╭──

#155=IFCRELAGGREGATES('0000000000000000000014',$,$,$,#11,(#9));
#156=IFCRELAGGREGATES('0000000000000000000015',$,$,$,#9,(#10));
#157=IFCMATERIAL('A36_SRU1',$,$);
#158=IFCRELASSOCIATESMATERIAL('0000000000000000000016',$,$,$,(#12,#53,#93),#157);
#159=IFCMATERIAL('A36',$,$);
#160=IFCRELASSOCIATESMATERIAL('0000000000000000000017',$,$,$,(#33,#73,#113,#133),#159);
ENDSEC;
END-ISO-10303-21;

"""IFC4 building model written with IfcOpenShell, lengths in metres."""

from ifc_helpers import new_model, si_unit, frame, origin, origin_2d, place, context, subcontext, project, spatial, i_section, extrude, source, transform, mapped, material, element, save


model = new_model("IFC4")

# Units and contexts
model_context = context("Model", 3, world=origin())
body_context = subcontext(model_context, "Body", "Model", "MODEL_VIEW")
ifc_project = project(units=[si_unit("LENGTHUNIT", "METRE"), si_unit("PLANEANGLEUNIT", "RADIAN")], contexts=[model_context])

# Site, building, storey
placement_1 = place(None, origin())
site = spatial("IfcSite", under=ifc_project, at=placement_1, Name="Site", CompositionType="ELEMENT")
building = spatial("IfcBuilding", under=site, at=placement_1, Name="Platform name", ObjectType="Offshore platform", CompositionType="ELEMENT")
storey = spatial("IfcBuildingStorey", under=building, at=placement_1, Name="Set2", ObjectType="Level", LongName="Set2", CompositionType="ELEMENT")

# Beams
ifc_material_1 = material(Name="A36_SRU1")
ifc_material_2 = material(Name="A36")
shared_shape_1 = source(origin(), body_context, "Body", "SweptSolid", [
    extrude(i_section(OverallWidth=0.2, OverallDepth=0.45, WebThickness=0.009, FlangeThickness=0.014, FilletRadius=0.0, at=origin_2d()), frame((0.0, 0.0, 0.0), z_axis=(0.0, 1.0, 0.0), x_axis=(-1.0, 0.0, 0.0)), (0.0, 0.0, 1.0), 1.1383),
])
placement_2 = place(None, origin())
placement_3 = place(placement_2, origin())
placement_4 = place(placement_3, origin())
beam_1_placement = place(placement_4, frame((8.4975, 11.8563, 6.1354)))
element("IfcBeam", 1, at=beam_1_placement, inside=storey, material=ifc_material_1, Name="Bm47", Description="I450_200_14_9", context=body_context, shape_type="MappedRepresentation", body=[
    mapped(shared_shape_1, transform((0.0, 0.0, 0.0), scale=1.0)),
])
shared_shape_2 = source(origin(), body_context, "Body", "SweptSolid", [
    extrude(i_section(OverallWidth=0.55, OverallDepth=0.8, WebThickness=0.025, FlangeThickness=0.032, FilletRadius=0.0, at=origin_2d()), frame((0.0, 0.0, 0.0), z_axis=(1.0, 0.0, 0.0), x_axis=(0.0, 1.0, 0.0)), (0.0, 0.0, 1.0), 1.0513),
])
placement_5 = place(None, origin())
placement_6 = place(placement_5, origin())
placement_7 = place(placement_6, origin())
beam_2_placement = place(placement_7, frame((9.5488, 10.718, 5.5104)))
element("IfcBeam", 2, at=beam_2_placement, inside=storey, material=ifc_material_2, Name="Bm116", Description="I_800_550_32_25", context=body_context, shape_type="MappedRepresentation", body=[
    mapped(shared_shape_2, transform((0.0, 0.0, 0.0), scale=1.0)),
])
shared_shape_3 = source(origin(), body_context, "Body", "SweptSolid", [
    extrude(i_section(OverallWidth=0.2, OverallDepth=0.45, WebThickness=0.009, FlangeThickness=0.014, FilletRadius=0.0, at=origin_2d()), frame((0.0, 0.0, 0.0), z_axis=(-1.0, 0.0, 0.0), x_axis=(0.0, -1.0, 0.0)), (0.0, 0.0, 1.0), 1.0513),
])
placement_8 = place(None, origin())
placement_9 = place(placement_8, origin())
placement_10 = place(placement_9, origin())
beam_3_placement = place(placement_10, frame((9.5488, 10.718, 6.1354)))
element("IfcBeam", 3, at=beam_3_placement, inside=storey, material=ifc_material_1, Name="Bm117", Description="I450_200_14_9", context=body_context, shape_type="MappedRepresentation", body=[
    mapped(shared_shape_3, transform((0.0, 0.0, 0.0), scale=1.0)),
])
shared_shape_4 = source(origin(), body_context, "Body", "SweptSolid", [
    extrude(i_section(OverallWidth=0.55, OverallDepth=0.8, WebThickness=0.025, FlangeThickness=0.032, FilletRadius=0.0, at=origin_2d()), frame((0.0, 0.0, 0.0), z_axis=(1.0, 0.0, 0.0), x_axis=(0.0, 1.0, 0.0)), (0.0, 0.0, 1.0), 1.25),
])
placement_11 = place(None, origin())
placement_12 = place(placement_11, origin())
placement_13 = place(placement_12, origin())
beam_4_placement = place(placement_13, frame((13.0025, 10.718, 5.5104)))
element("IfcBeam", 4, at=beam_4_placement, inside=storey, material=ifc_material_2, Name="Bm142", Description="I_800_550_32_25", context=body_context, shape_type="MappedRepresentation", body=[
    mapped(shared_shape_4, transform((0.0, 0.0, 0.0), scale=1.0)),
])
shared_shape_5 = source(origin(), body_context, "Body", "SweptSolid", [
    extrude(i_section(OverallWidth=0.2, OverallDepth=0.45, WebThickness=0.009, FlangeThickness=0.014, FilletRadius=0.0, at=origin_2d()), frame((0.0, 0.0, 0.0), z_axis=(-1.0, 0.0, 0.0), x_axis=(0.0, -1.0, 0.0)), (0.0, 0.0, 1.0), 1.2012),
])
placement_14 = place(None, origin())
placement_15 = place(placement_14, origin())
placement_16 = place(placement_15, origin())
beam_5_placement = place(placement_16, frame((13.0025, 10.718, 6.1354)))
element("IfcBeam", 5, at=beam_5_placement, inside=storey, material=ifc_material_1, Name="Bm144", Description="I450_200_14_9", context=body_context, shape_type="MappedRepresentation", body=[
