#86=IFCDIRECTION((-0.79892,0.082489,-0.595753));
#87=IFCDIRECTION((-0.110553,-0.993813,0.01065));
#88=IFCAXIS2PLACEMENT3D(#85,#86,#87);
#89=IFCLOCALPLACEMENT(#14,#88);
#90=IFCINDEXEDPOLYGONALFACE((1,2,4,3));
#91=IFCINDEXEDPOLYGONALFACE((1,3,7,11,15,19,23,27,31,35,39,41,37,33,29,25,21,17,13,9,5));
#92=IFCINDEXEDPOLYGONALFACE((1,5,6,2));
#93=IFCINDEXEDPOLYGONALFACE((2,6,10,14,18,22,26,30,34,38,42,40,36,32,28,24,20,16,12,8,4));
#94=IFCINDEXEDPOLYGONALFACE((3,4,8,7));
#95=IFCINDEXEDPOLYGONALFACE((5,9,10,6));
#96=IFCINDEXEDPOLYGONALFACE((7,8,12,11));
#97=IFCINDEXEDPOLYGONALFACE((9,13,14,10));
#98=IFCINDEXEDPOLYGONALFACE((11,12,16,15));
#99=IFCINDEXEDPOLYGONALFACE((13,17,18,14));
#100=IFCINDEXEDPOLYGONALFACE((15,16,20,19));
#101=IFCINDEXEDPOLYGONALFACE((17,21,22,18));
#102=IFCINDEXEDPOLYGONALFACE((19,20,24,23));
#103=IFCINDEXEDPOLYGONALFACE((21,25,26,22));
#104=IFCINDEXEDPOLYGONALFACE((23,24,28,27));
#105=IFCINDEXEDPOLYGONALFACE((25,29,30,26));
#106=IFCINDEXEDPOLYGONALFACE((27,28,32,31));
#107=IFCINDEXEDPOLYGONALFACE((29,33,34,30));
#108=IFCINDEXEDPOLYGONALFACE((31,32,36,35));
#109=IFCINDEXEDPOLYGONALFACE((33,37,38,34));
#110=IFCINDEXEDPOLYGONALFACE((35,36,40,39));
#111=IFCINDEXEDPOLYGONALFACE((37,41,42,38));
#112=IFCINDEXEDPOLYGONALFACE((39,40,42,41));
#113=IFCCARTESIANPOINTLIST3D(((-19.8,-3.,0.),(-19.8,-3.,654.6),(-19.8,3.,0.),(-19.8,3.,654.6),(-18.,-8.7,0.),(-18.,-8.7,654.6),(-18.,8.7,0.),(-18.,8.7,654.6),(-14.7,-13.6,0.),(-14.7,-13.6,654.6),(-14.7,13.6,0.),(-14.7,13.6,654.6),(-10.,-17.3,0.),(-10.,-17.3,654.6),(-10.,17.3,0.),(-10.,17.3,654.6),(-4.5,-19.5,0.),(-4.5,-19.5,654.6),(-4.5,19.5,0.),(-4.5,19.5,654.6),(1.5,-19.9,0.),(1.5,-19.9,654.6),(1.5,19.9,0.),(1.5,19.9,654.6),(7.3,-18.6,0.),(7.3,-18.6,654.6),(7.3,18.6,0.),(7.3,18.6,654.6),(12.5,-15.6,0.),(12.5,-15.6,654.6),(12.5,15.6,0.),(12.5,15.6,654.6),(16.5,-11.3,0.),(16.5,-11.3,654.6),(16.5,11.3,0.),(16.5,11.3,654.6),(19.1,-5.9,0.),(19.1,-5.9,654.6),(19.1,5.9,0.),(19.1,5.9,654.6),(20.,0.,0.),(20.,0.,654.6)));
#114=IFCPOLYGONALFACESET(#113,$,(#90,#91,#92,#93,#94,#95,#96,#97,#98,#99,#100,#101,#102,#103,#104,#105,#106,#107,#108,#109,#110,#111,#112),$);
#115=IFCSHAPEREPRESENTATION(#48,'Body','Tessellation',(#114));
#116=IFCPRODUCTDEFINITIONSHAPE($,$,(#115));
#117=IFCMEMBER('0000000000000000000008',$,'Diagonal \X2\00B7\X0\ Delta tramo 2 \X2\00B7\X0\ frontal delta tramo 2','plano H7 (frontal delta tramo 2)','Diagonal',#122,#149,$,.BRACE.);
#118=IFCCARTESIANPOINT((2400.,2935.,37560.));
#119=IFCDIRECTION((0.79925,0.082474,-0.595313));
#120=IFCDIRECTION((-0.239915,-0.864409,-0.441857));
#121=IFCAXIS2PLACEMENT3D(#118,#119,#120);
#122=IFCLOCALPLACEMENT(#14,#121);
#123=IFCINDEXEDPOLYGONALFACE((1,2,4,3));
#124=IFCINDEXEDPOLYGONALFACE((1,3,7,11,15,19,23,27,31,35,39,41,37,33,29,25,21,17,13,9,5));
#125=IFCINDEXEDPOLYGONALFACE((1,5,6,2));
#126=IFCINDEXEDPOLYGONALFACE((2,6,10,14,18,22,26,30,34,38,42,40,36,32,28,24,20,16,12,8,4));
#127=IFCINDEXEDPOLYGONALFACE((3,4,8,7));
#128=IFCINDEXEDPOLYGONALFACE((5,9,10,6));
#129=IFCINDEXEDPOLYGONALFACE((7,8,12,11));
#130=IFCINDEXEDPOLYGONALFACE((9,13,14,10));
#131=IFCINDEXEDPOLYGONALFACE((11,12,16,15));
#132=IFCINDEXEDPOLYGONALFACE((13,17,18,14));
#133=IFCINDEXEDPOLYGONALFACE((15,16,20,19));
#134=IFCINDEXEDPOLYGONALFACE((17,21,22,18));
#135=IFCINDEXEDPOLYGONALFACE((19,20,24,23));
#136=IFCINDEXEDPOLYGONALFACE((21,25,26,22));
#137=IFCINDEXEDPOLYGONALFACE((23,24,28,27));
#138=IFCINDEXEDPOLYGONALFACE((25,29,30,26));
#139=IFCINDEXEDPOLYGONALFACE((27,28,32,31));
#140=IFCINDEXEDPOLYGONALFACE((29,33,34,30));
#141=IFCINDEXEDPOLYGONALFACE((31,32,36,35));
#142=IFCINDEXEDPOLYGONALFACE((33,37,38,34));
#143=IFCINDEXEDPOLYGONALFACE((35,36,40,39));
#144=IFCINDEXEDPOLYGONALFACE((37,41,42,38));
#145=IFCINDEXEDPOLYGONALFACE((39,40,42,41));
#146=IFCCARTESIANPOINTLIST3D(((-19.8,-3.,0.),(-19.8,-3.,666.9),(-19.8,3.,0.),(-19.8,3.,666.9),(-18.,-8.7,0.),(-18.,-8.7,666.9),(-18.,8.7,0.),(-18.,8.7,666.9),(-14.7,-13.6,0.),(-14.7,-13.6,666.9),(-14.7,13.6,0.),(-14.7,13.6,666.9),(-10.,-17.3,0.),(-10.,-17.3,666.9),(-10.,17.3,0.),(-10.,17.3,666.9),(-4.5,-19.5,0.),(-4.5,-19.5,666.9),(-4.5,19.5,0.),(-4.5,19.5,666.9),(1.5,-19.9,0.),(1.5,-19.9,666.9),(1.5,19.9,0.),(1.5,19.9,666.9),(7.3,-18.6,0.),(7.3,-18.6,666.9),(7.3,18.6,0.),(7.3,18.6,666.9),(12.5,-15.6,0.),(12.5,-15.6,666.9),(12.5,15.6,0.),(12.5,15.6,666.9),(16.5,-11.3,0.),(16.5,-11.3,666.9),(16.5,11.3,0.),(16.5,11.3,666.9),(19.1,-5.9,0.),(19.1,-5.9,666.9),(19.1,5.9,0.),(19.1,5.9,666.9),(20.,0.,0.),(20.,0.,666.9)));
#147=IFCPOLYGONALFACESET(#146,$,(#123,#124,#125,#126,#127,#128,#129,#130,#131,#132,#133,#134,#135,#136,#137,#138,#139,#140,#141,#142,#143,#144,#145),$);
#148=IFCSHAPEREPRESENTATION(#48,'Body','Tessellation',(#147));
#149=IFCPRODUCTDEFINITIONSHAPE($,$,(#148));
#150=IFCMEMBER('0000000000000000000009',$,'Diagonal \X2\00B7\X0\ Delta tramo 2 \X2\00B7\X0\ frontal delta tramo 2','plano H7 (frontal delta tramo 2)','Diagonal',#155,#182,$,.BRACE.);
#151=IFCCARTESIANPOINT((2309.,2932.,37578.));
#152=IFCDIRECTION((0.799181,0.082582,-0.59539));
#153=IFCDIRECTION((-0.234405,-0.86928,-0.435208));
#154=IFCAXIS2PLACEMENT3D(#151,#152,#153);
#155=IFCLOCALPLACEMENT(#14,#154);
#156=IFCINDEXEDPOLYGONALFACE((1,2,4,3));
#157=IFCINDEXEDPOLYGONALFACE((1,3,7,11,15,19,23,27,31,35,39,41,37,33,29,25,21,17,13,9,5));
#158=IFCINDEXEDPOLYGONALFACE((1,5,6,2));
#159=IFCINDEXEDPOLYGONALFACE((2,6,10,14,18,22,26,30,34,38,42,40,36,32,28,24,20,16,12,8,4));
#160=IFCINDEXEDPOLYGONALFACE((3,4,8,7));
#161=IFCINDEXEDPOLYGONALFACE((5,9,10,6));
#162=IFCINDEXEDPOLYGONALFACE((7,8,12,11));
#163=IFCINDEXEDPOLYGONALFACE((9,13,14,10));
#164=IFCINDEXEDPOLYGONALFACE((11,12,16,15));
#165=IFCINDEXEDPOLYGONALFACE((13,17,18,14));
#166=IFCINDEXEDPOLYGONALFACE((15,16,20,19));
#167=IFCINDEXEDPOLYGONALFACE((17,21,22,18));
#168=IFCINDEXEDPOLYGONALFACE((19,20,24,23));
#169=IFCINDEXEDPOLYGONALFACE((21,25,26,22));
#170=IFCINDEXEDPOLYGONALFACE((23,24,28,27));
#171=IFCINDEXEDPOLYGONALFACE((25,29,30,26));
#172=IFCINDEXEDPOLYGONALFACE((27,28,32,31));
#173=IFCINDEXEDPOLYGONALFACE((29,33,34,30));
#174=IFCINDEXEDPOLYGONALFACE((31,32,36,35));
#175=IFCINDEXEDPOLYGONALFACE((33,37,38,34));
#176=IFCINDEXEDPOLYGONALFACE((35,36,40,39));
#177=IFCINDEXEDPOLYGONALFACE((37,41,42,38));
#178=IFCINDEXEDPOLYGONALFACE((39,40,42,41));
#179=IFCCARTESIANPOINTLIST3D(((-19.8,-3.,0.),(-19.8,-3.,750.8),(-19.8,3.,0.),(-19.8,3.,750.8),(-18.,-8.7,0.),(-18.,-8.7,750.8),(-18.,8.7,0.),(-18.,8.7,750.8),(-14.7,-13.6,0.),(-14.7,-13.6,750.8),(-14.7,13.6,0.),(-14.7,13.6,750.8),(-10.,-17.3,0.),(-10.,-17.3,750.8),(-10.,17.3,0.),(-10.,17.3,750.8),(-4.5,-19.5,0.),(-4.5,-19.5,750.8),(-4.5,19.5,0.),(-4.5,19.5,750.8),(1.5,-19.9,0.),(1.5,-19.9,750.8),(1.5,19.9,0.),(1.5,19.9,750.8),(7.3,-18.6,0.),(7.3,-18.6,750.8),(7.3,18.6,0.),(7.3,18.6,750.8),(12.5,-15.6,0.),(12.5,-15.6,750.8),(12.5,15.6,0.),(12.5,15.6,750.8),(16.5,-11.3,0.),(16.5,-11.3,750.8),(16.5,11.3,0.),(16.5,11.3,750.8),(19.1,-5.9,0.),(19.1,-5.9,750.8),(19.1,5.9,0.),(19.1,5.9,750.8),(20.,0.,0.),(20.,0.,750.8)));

╰──

Check every line above for the word "Name" and copy those that have it.

■ **ANSWER TO THIS PROBLEM**
site = spatial("IfcSite", under=ifc_project, at=placement_1, Name="Site", CompositionType="ELEMENT")
building = spatial("IfcBuilding", under=site, at=placement_1, Name="Platform name", ObjectType="Offshore platform", CompositionType="ELEMENT")
storey = spatial("IfcBuildingStorey", under=building, at=placement_1, Name="Set2", ObjectType="Level", LongName="Set2", CompositionType="ELEMENT")
ifc_material_1 = material(Name="A36_SRU1")
ifc_material_2 = material(Name="A36")
element("IfcBeam", 1, at=beam_1_placement, inside=storey, material=ifc_material_1, Name="Bm47", Description="I450_200_14_9", context=body_context, shape_type="MappedRepresentation", body=[
element("IfcBeam", 2, at=beam_2_placement, inside=storey, material=ifc_material_2, Name="Bm116", Description="I_800_550_32_25", context=body_context, shape_type="MappedRepresentation", body=[
element("IfcBeam", 3, at=beam_3_placement, inside=storey, material=ifc_material_1, Name="Bm117", Description="I450_200_14_9", context=body_context, shape_type="MappedRepresentation", body=[
element("IfcBeam", 4, at=beam_4_placement, inside=storey, material=ifc_material_2, Name="Bm142", Description="I_800_550_32_25", context=body_context, shape_type="MappedRepresentation", body=[
element("IfcBeam", 5, at=beam_5_placement, inside=storey, material=ifc_material_1, Name="Bm144", Description="I450_200_14_9", context=body_context, shape_type="MappedRepresentation", body=[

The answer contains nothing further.